__WHAT IS REQUIRED__. Could you please return each line of the data that has the word "IFCSIUNIT"?
*** MATERIAL FOR THIS EXERCISE ***
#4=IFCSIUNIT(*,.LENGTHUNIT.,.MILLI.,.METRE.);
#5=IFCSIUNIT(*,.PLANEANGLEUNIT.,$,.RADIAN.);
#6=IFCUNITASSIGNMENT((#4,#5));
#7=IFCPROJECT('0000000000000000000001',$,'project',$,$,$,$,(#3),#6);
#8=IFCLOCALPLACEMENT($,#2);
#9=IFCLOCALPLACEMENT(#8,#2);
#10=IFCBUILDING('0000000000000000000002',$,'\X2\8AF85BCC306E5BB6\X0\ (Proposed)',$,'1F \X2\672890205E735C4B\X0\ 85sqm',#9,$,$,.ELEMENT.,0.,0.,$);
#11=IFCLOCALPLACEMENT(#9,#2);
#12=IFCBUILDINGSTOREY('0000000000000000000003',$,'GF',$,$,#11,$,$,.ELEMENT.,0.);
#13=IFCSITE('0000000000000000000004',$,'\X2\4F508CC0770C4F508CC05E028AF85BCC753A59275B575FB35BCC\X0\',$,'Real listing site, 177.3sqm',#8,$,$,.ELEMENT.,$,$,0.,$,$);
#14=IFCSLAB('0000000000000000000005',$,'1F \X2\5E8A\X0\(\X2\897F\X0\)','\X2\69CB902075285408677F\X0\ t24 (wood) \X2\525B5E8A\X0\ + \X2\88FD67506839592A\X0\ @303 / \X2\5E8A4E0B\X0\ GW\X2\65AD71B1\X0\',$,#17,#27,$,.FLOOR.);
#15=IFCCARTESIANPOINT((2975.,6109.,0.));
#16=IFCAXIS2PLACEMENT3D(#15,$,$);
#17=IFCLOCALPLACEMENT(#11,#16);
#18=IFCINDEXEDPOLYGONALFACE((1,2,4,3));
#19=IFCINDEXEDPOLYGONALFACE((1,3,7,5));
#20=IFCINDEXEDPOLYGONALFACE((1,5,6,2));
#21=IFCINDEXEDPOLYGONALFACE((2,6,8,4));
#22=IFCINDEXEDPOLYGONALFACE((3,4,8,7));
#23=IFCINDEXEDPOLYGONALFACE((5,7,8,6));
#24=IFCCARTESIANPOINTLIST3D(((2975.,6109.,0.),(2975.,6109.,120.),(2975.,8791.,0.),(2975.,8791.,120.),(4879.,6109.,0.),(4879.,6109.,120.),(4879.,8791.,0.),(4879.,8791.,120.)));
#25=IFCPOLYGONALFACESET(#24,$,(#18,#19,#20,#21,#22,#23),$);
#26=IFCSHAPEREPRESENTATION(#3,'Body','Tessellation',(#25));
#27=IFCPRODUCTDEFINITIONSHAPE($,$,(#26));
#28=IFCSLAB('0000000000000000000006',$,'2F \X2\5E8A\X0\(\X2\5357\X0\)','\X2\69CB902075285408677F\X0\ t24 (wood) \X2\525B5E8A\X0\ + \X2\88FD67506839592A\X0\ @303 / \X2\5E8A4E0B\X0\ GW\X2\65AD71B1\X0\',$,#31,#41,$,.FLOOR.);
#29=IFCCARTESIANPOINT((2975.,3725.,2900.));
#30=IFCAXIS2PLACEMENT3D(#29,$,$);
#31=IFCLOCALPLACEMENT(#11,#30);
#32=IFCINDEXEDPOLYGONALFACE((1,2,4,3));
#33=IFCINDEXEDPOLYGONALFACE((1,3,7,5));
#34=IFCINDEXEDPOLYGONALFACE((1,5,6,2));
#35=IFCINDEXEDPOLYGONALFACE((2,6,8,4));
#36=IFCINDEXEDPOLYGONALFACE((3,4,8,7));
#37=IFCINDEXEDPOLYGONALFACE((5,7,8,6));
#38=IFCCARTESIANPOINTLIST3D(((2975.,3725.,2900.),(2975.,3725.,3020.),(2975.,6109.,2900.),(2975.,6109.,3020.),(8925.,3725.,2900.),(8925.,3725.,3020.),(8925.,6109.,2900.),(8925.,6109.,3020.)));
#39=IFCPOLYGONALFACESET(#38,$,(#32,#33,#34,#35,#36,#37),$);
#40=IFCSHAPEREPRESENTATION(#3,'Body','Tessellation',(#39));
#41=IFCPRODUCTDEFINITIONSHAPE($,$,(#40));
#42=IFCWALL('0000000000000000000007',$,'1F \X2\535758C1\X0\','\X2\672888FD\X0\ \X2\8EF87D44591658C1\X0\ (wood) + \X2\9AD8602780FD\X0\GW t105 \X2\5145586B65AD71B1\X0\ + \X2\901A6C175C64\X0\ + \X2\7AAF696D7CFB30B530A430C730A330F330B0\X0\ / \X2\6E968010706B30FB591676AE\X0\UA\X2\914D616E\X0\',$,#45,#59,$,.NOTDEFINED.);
*** End of MATERIAL FOR THIS EXERCISE ***
__RESPONSE AREA__.
#4=IFCSIUNIT(*,.LENGTHUNIT.,.MILLI.,.METRE.);
#5=IFCSIUNIT(*,.PLANEANGLEUNIT.,$,.RADIAN.);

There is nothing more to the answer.